WHAT IS REQUIRED:
From the records below, set down exactly the lines starting with the line that contains "#9=IFCDIMENSIONALEXPONENTS(0,0,0,0,0,0,0);" and going on through the line that contains "#26=IFCINDEXEDPOLYGONALFACE((5,7,8,6));". Nothing else is wanted.

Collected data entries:
::::::::::

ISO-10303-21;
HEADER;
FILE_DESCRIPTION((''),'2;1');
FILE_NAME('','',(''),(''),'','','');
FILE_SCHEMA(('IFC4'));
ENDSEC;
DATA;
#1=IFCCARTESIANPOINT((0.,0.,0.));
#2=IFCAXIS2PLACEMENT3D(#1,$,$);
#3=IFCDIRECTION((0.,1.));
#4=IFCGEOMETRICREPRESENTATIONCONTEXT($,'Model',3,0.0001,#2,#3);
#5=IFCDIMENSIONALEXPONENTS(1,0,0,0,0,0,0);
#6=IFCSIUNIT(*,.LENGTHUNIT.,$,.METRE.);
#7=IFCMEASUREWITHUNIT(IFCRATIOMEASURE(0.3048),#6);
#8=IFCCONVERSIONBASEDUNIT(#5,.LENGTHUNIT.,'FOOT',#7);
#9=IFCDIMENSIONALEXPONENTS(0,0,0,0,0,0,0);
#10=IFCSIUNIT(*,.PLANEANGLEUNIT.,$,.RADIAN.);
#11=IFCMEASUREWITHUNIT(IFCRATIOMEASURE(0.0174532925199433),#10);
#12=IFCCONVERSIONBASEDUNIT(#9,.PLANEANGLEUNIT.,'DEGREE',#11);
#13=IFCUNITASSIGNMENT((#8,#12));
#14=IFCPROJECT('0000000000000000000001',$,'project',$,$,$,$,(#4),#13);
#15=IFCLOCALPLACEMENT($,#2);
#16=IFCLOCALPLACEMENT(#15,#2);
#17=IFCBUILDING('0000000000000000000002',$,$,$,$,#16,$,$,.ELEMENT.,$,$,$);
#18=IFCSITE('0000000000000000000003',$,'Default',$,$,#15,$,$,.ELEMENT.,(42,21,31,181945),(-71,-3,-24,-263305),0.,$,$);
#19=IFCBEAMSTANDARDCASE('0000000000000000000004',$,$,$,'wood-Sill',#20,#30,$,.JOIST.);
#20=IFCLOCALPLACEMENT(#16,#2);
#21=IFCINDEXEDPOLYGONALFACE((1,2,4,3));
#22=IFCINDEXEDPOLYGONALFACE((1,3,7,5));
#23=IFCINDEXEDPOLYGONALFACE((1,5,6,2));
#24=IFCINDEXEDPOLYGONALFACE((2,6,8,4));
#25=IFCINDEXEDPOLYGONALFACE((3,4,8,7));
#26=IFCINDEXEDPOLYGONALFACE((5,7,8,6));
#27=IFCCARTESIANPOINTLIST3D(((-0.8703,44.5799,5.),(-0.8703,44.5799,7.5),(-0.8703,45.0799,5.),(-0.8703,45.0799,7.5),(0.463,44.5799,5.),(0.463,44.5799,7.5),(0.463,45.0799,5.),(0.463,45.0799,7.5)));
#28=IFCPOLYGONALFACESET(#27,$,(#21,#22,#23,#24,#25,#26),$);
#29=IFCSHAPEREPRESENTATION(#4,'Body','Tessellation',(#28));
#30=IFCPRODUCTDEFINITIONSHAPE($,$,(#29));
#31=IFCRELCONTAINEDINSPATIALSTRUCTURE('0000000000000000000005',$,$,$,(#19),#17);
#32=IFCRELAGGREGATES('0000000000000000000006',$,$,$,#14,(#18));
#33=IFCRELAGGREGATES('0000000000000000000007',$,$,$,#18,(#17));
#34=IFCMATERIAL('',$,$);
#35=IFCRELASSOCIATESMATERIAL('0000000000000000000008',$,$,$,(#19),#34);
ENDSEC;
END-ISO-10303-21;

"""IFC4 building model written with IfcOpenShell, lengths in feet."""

from ifc_helpers import new_model, entity, si_unit, converted_unit, direction, frame, origin, place, context, project, spatial, rectangle, extrude, material, element, save


model = new_model("IFC4")

# Units and contexts
model_context = context("Model", 3, precision=0.0001, world=origin(), true_north=direction((0.0, 1.0)))
ifc_project = project(units=[converted_unit("LENGTHUNIT", "FOOT", entity("IfcRatioMeasure", 0.3048), si_unit("LENGTHUNIT", "METRE"), dimensions=[1, 0, 0, 0, 0, 0, 0]), converted_unit("PLANEANGLEUNIT", "DEGREE", entity("IfcRatioMeasure", 0.0174532925199433), si_unit("PLANEANGLEUNIT", "RADIAN"), dimensions=[0, 0, 0, 0, 0, 0, 0])], contexts=[model_context])

# Site, building
site_placement = place(None, origin())
site = spatial("IfcSite", under=ifc_project, at=site_placement, Name="Default", CompositionType="ELEMENT", RefLatitude=(42, 21, 31, 181945), RefLongitude=(-71, -3, -24, -263305), RefElevation=0.0)
building_placement = place(site_placement, origin())
building = spatial("IfcBuilding", under=site, at=building_placement, CompositionType="ELEMENT")

# Beam
ifc_material = material(Name="")
placement_1 = place(building_placement, origin())
placement_2 = place(placement_1, frame((-7.7036, 44.8299, 0.0)))
beam_1_placement = place(placement_2, frame((7.5, 0.0, 5.0)))
element("IfcBeamStandardCase", 1, at=beam_1_placement, inside=building, material=ifc_material, ObjectType="wood-Sill", PredefinedType="JOIST", context=model_context, shape_type="SweptSolid", body=[
    extrude(rectangle(XDim=1.3333, YDim=0.5), origin(), (0.0, 0.0, 1.0), 2.5),
])

save(model, "model.ifc")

::::::::::

WRITTEN REPLY:
#9=IFCDIMENSIONALEXPONENTS(0,0,0,0,0,0,0);
#10=IFCSIUNIT(*,.PLANEANGLEUNIT.,$,.RADIAN.);
#11=IFCMEASUREWITHUNIT(IFCRATIOMEASURE(0.0174532925199433),#10);
#12=IFCCONVERSIONBASEDUNIT(#9,.PLANEANGLEUNIT.,'DEGREE',#11);
#13=IFCUNITASSIGNMENT((#8,#12));
#14=IFCPROJECT('0000000000000000000001',$,'project',$,$,$,$,(#4),#13);
#15=IFCLOCALPLACEMENT($,#2);
#16=IFCLOCALPLACEMENT(#15,#2);
#17=IFCBUILDING('0000000000000000000002',$,$,$,$,#16,$,$,.ELEMENT.,$,$,$);
#18=IFCSITE('0000000000000000000003',$,'Default',$,$,#15,$,$,.ELEMENT.,(42,21,31,181945),(-71,-3,-24,-263305),0.,$,$);
#19=IFCBEAMSTANDARDCASE('0000000000000000000004',$,$,$,'wood-Sill',#20,#30,$,.JOIST.);
#20=IFCLOCALPLACEMENT(#16,#2);
#21=IFCINDEXEDPOLYGONALFACE((1,2,4,3));
#22=IFCINDEXEDPOLYGONALFACE((1,3,7,5));
#23=IFCINDEXEDPOLYGONALFACE((1,5,6,2));
#24=IFCINDEXEDPOLYGONALFACE((2,6,8,4));
#25=IFCINDEXEDPOLYGONALFACE((3,4,8,7));
#26=IFCINDEXEDPOLYGONALFACE((5,7,8,6));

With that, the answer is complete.